# .300 wsm AR???



## knutson24 (Feb 16, 2009)

So i just picked up a DPMS LR308 and i'm already looking to "upgrading" it when I came across a website the manufactured an assorted variety of cartridges in an AR platform including the .300 wsm. My question is would it be as simple as rechambering my barrel and opening up the bolt face to accomodate the larger cartridge; or would I have to look in to having a stiffer buffer spring made to "tame" the greater recoil from the WSM? Magazines are not an issue as i already checked and the .300 fits perfectly although not as many as the old .308 win cartidge.

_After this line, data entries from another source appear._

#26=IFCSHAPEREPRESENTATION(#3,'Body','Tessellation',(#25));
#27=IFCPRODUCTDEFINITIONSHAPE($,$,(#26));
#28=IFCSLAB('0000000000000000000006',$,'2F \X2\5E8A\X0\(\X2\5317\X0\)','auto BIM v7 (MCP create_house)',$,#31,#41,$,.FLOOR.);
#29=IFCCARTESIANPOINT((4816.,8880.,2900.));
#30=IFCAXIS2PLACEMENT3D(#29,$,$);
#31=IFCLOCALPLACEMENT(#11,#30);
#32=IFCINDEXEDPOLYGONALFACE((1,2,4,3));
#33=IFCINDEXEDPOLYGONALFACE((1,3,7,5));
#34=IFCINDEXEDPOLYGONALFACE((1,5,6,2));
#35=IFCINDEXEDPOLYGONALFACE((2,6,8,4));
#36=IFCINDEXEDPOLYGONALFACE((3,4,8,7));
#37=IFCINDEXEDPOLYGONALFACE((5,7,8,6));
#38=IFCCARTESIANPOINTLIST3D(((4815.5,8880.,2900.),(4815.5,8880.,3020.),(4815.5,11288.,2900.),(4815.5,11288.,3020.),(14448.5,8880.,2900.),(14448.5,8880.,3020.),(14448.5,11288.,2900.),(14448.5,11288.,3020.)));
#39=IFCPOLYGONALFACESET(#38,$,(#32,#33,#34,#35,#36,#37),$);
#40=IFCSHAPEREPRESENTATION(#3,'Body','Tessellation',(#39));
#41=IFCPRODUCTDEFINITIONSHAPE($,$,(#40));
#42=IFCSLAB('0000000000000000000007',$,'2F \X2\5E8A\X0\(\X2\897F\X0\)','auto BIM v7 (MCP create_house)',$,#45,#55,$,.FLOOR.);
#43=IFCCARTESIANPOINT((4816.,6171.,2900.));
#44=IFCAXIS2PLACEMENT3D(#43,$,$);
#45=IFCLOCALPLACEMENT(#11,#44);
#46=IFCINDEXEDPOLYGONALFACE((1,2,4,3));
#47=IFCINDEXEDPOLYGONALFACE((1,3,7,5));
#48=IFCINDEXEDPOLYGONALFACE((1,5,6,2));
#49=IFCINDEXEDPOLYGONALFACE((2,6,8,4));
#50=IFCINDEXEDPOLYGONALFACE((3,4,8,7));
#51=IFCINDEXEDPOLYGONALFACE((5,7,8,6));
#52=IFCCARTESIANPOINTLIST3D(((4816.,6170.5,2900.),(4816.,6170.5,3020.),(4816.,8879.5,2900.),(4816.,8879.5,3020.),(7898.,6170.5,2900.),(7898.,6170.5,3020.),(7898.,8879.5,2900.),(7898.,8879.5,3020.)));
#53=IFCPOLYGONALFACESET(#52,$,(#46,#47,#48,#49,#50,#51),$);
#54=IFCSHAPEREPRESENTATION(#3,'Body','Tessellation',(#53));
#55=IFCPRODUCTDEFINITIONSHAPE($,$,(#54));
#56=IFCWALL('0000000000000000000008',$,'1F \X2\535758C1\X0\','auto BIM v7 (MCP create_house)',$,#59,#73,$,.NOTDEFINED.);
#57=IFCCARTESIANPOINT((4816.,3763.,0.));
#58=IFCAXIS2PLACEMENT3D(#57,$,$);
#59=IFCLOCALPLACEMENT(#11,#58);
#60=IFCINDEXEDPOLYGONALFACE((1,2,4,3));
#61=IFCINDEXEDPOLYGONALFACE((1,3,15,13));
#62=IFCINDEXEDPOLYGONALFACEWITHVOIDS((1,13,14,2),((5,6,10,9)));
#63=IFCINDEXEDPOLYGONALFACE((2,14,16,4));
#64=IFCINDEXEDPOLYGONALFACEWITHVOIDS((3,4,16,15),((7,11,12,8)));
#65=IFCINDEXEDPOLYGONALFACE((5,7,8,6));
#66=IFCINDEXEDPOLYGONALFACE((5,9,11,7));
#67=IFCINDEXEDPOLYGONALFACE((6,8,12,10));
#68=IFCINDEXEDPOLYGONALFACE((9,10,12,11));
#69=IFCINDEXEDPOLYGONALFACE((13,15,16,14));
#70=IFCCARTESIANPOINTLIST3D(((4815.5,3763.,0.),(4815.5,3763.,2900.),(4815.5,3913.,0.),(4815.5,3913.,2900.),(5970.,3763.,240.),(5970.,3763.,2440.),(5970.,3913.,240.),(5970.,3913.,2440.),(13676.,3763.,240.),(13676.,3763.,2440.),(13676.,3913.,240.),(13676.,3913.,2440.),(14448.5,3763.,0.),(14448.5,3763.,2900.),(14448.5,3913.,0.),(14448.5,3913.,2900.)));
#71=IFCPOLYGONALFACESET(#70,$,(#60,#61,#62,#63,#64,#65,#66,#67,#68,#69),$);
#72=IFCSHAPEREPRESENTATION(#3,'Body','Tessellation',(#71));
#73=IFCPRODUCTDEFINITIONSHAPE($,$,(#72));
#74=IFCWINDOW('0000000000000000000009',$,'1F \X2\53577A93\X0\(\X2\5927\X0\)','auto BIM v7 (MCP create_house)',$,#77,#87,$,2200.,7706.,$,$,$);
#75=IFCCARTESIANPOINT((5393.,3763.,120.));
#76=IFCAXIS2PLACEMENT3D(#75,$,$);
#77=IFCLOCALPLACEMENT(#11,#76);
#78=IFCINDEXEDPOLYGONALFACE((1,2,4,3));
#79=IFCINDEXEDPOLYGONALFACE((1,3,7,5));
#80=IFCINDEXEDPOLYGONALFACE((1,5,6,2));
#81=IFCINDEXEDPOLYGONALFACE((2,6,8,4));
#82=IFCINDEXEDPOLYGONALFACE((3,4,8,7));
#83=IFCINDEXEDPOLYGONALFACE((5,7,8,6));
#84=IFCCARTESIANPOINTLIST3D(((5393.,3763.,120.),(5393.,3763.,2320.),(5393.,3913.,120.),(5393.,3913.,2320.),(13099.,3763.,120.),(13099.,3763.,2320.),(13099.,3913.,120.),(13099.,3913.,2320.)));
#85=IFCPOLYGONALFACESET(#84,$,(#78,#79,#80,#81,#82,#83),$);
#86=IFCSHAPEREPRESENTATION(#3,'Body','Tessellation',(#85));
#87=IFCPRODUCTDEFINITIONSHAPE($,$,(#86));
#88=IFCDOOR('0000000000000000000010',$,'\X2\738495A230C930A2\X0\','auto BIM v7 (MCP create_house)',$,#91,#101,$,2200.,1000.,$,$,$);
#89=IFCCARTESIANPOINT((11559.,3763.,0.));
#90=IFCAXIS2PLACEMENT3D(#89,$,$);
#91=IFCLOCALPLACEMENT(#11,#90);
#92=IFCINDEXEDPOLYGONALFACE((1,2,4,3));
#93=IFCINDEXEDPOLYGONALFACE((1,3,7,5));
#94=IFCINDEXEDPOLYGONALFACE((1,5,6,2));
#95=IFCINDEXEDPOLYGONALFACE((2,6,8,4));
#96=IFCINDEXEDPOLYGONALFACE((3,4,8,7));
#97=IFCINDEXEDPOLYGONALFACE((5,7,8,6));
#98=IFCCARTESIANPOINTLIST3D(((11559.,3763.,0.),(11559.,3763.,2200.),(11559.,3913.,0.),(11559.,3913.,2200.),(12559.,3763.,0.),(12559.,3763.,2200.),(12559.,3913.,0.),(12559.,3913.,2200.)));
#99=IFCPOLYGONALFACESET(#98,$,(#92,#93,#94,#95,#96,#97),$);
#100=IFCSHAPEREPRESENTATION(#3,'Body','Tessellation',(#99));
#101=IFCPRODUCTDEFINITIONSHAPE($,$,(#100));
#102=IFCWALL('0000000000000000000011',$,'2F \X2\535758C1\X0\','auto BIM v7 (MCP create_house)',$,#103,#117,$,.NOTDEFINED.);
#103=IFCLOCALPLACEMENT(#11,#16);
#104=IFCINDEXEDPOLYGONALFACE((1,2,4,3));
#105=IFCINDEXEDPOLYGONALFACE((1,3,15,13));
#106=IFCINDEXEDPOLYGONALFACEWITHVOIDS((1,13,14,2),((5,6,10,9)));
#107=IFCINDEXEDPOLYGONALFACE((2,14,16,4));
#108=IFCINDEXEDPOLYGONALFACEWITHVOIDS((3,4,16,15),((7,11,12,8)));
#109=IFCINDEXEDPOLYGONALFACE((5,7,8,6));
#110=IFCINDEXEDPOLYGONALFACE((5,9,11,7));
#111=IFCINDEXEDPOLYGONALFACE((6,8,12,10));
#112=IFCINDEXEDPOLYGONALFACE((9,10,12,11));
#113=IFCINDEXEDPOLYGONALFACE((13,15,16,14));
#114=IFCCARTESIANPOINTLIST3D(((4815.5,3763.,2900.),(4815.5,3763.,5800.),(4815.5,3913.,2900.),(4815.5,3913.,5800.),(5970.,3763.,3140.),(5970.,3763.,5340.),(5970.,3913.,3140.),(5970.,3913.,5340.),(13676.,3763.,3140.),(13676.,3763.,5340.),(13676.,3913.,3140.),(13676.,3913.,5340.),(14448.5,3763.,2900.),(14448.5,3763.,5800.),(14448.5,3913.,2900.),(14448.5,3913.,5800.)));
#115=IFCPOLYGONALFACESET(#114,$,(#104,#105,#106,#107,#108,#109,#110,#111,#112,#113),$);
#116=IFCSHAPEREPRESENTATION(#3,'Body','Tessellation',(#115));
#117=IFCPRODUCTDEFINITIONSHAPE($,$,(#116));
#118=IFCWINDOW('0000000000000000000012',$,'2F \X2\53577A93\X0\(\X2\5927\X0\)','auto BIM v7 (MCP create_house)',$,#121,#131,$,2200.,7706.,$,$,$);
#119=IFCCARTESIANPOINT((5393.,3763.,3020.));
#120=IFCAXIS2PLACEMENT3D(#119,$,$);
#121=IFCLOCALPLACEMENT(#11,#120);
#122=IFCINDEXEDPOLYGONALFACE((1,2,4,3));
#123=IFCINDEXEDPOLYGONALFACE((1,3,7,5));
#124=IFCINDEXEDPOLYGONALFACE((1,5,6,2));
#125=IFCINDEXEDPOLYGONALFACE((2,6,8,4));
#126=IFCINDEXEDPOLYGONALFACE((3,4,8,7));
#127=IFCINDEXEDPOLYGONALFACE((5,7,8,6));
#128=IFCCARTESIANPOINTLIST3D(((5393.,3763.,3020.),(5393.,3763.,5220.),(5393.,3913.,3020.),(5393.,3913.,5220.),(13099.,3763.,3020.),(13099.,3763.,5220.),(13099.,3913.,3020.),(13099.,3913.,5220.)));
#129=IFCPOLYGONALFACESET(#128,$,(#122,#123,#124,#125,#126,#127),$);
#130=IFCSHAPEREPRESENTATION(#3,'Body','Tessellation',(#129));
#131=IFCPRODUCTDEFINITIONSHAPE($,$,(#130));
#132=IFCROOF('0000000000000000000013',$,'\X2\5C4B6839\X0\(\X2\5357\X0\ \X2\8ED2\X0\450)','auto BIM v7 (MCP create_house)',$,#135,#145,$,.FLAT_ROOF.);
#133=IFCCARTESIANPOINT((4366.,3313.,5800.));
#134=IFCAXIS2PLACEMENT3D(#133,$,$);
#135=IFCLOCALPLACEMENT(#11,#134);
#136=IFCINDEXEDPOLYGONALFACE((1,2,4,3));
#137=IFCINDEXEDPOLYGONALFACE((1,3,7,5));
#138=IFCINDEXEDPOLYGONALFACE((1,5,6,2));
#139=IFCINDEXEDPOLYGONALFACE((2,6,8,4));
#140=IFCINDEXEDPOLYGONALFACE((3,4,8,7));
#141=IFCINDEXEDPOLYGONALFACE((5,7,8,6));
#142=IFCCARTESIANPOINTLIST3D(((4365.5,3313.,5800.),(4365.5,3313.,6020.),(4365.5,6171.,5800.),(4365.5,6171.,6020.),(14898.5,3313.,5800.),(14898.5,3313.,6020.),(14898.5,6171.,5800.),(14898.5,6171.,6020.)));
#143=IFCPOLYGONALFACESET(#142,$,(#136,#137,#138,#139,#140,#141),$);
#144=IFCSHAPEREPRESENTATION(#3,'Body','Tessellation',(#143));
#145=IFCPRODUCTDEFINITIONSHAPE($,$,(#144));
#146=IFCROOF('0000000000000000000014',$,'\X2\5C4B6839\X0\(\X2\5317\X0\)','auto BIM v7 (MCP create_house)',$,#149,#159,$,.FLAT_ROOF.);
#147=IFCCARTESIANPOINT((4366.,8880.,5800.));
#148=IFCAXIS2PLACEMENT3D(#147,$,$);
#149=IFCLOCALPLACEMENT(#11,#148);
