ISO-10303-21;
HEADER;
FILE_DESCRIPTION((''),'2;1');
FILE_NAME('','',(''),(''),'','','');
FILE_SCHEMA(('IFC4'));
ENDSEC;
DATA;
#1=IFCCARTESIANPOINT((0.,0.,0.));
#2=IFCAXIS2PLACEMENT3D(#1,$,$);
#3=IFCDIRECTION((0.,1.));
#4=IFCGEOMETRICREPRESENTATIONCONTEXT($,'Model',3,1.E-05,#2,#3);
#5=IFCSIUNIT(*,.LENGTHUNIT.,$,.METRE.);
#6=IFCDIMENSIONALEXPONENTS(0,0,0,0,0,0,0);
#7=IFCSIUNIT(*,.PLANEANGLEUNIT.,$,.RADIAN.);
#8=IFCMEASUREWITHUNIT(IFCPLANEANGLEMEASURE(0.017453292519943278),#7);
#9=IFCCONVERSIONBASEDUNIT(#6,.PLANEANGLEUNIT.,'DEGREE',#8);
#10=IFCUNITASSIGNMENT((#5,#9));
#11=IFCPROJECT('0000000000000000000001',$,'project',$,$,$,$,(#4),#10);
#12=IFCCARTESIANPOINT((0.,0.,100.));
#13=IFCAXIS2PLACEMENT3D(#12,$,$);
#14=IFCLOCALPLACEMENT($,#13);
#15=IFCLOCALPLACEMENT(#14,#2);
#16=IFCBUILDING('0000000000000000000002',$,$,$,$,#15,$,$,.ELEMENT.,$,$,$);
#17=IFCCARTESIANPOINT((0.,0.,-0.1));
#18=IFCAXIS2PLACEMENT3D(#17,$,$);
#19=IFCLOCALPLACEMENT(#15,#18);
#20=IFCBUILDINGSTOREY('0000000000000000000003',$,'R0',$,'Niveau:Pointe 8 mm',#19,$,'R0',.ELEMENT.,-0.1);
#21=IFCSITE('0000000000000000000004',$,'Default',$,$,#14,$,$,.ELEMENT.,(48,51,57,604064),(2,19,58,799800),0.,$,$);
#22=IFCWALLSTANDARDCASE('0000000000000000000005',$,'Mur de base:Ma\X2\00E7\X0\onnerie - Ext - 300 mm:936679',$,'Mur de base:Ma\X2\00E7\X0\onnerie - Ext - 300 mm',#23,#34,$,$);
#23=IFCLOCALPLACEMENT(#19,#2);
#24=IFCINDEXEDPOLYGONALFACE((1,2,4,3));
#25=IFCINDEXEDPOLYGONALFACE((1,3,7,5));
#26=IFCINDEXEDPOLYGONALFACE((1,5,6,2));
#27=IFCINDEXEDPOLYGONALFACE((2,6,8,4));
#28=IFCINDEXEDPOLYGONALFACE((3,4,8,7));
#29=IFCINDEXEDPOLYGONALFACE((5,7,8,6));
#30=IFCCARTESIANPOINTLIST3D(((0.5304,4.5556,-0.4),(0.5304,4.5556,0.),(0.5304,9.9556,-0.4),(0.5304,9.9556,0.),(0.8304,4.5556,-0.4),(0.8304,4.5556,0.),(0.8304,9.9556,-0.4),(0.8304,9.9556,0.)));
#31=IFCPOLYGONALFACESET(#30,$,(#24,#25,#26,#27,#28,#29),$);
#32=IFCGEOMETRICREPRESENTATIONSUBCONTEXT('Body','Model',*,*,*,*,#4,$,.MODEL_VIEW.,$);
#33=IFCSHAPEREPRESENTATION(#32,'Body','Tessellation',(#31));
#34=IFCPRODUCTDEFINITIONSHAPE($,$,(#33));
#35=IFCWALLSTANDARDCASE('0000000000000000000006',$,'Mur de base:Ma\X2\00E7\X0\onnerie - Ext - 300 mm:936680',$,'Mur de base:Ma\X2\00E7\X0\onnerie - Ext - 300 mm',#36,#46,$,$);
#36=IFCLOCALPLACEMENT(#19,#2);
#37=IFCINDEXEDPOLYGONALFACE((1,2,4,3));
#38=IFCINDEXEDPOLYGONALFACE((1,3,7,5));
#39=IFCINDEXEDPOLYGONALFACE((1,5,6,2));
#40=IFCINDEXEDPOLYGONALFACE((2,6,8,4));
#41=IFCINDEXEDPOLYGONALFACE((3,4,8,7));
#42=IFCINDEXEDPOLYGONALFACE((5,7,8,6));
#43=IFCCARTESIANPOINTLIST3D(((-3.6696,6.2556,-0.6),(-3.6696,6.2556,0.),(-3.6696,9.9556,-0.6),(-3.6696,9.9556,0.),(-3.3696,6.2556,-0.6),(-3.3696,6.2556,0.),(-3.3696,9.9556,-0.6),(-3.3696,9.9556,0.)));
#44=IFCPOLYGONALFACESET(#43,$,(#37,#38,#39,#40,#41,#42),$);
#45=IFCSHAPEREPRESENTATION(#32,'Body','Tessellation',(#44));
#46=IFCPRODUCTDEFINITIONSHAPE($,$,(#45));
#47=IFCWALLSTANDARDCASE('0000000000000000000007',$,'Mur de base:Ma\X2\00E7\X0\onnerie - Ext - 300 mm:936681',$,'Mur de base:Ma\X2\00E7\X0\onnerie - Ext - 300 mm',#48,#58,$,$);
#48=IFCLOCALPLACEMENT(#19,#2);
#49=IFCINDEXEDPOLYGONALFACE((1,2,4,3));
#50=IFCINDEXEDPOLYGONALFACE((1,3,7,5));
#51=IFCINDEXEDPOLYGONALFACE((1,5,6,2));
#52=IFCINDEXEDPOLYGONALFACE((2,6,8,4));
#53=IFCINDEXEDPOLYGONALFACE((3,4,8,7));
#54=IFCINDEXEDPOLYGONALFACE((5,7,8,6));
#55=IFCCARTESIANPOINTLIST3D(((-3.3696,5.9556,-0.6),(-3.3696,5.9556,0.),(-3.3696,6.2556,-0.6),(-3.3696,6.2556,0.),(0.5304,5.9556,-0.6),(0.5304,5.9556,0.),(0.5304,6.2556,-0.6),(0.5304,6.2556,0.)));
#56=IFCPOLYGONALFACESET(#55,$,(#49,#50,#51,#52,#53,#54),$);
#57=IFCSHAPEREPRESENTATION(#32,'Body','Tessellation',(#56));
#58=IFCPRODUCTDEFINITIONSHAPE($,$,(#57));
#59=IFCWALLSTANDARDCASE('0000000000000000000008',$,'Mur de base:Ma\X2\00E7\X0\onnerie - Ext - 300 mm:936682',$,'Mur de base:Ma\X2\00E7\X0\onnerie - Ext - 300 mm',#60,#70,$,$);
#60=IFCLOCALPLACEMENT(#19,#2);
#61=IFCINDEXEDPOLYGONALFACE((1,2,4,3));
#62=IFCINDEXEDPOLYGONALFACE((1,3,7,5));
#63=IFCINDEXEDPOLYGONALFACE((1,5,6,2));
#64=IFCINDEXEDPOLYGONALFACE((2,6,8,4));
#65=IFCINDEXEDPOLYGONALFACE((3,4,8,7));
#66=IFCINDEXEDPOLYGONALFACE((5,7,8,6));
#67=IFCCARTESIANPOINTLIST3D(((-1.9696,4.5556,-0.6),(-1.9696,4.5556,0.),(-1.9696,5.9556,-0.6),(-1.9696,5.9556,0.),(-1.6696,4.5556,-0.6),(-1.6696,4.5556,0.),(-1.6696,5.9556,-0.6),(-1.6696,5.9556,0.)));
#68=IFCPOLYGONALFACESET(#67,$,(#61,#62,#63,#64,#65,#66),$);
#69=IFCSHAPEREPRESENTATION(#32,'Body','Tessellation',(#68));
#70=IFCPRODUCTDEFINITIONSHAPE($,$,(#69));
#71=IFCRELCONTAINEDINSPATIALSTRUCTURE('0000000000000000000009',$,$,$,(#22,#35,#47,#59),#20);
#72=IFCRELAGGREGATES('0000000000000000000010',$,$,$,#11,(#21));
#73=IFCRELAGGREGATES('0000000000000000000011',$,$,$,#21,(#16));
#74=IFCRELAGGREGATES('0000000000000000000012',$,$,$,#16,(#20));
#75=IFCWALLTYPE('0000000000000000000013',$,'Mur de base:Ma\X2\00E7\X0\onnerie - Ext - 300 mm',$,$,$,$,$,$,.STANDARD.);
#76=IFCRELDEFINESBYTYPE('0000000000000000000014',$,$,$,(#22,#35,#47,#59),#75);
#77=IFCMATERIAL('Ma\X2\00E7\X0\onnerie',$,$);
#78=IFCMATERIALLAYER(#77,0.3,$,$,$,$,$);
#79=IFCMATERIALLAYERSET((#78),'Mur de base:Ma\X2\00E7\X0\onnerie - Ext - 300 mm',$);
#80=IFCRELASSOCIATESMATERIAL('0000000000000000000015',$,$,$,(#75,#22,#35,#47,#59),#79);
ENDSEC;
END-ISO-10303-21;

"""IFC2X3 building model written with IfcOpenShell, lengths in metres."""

from ifc_helpers import new_model, entity, si_unit, converted_unit, direction, frame, frame_2d, origin, place, context, subcontext, project, spatial, polyline, rectangle, extrude, clip, bounded_halfspace, material, layer, layer_set, layer_usage, type_object, element, save


model = new_model("IFC2X3")

# Units and contexts
model_context = context("Model", 3, precision=1e-05, world=origin(), true_north=direction((0.0, 1.0)))
body_context = subcontext(model_context, "Body", "Model", "MODEL_VIEW")
ifc_project = project(units=[si_unit("LENGTHUNIT", "METRE"), converted_unit("PLANEANGLEUNIT", "DEGREE", entity("IfcPlaneAngleMeasure", 0.017453292519943278), si_unit("PLANEANGLEUNIT", "RADIAN"), dimensions=[0, 0, 0, 0, 0, 0, 0])], contexts=[model_context])

# Site, building, storey
site_placement = place(None, frame((0.0, 0.0, 100.0)))
site = spatial("IfcSite", under=ifc_project, at=site_placement, Name="Default", CompositionType="ELEMENT", RefLatitude=(48, 51, 57, 604064), RefLongitude=(2, 19, 58, 799800), RefElevation=0.0)
building_placement = place(site_placement, origin())
building = spatial("IfcBuilding", under=site, at=building_placement, CompositionType="ELEMENT")
storey_placement = place(building_placement, frame((0.0, 0.0, -0.1)))
storey = spatial("IfcBuildingStorey", under=building, at=storey_placement, Name="R0", ObjectType="Niveau:Pointe 8 mm", LongName="R0", CompositionType="ELEMENT", Elevation=-0.1)

# Shared definitions
ifc_material_1 = material(Name="Maçonnerie")

# Walls
ifc_layer_1 = layer(ifc_material_1, 0.3)
ifc_layer_set_1 = layer_set([ifc_layer_1], Name="Mur de base:Maçonnerie - Ext - 300 mm")
wall_type_1 = type_object("IfcWallType", Name="Mur de base:Maçonnerie - Ext - 300 mm", PredefinedType="STANDARD", material=ifc_layer_set_1)
ifc_layer_usage_1 = layer_usage(ifc_layer_set_1, "AXIS2", "NEGATIVE", 0.15)
wall_1_placement = place(storey_placement, frame((0.6804, 9.9556, -0.4), z_axis=(0.0, 0.0, 1.0), x_axis=(0.0, -1.0, 0.0)))
element("IfcWallStandardCase", 1, at=wall_1_placement, inside=storey, type_object=wall_type_1, material=ifc_layer_usage_1, Name="Mur de base:Maçonnerie - Ext - 300 mm:936679", ObjectType="Mur de base:Maçonnerie - Ext - 300 mm", context=body_context, shape_type="Clipping", body=[
    clip(extrude(rectangle(XDim=5.4, YDim=0.3, at=frame_2d((2.7, 0.0), x_axis=(-1.0, 0.0))), origin(), (0.0, 0.0, 1.0), 0.4), bounded_halfspace(frame((0.0, -0.15, 0.0), z_axis=(1.0, 0.0, 0.0), x_axis=(0.0, 0.0, -1.0)), True, frame((0.0, -0.15, 0.0), z_axis=(1.0, 0.0, 0.0), x_axis=(0.0, 0.0, -1.0)), polyline([(0.0, 0.0), (0.0, 0.3), (-0.4, 0.3), (-0.4, 0.05), (-0.4, 0.0), (0.0, 0.0)]))),
])
ifc_layer_usage_2 = layer_usage(ifc_layer_set_1, "AXIS2", "NEGATIVE", 0.15)
wall_2_placement = place(storey_placement, frame((-3.5196, 9.9556, -0.6), z_axis=(0.0, 0.0, 1.0), x_axis=(0.0, -1.0, 0.0)))
element("IfcWallStandardCase", 2, at=wall_2_placement, inside=storey, type_object=wall_type_1, material=ifc_layer_usage_2, Name="Mur de base:Maçonnerie - Ext - 300 mm:936680", ObjectType="Mur de base:Maçonnerie - Ext - 300 mm", context=body_context, shape_type="Clipping", body=[
    clip(extrude(rectangle(XDim=3.7, YDim=0.3, at=frame_2d((1.85, 0.0), x_axis=(-1.0, 0.0))), origin(), (0.0, 0.0, 1.0), 0.6), bounded_halfspace(frame((0.0, -0.15, 0.0), z_axis=(1.0, 0.0, 0.0), x_axis=(0.0, 0.0, -1.0)), True, frame((0.0, -0.15, 0.0), z_axis=(1.0, 0.0, 0.0), x_axis=(0.0, 0.0, -1.0)), polyline([(0.0, 0.0), (0.0, 0.3), (-0.6, 0.3), (-0.6, 0.25), (-0.6, 0.0), (0.0, 0.0)]))),
])
ifc_layer_usage_3 = layer_usage(ifc_layer_set_1, "AXIS2", "NEGATIVE", 0.15)
wall_3_placement = place(storey_placement, frame((-3.3696, 6.1056, -0.6)))
element("IfcWallStandardCase", 3, at=wall_3_placement, inside=storey, type_object=wall_type_1, material=ifc_layer_usage_3, Name="Mur de base:Maçonnerie - Ext - 300 mm:936681", ObjectType="Mur de base:Maçonnerie - Ext - 300 mm", context=body_context, shape_type="Clipping", body=[
    clip(extrude(rectangle(XDim=3.9, YDim=0.3, at=frame_2d((1.95, 0.0), x_axis=(-1.0, 0.0))), origin(), (0.0, 0.0, 1.0), 0.6), bounded_halfspace(frame((0.0, -0.15, 0.0), z_axis=(1.0, 0.0, 0.0), x_axis=(0.0, 0.0, -1.0)), True, frame((0.0, -0.15, 0.0), z_axis=(1.0, 0.0, 0.0), x_axis=(0.0, 0.0, -1.0)), polyline([(0.0, 0.0), (0.0, 0.3), (-0.6, 0.3), (-0.6, 0.25), (-0.6, 0.0), (0.0, 0.0)]))),
])
ifc_layer_usage_4 = layer_usage(ifc_layer_set_1, "AXIS2", "NEGATIVE", 0.15)
wall_4_placement = place(storey_placement, frame((-1.8196, 5.9556, -0.6), z_axis=(0.0, 0.0, 1.0), x_axis=(0.0, -1.0, 0.0)))
element("IfcWallStandardCase", 4, at=wall_4_placement, inside=storey, type_object=wall_type_1, material=ifc_layer_usage_4, Name="Mur de base:Maçonnerie - Ext - 300 mm:936682", ObjectType="Mur de base:Maçonnerie - Ext - 300 mm", context=body_context, shape_type="Clipping", body=[
    clip(extrude(rectangle(XDim=1.4, YDim=0.3, at=frame_2d((0.7, 0.0), x_axis=(-1.0, 0.0))), origin(), (0.0, 0.0, 1.0), 0.6), bounded_halfspace(frame((1.4, -0.15, 0.6), z_axis=(-1.0, 0.0, 0.0), x_axis=(0.0, 0.0, -1.0)), True, frame((1.4, -0.15, 0.6), z_axis=(-1.0, 0.0, 0.0), x_axis=(0.0, 0.0, -1.0)), polyline([(0.0, 0.0), (0.0, -0.25), (0.0, -0.3), (0.6, -0.3), (0.6, 0.0), (0.0, 0.0)]))),
])

save(model, "model.ifc")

Any help or information on hte subject would be greatly appreciated.

~Knutson~


----------



## big_mike_338WM (Oct 27, 2010)

im not sure how much work you would have to do but ithink its a great idea...but from what ive seen and heard (im not saying all...and correct me if im worng) alot of the AR chambering have problems...but it would be definalty something worth lookingin to!!!


----------



## texcl (Oct 6, 2007)

Check online there are several manufacturers already building them.


----------



## knutson24 (Feb 16, 2009)

I have seen some for the 300 SAUM but not for the 300 wsm. I actually scrapped the idea and went with a 25 wsm for my AR15 lower. I found the AR10 platform to be just to cumbersome and heavy for what I had intended to use it for.


----------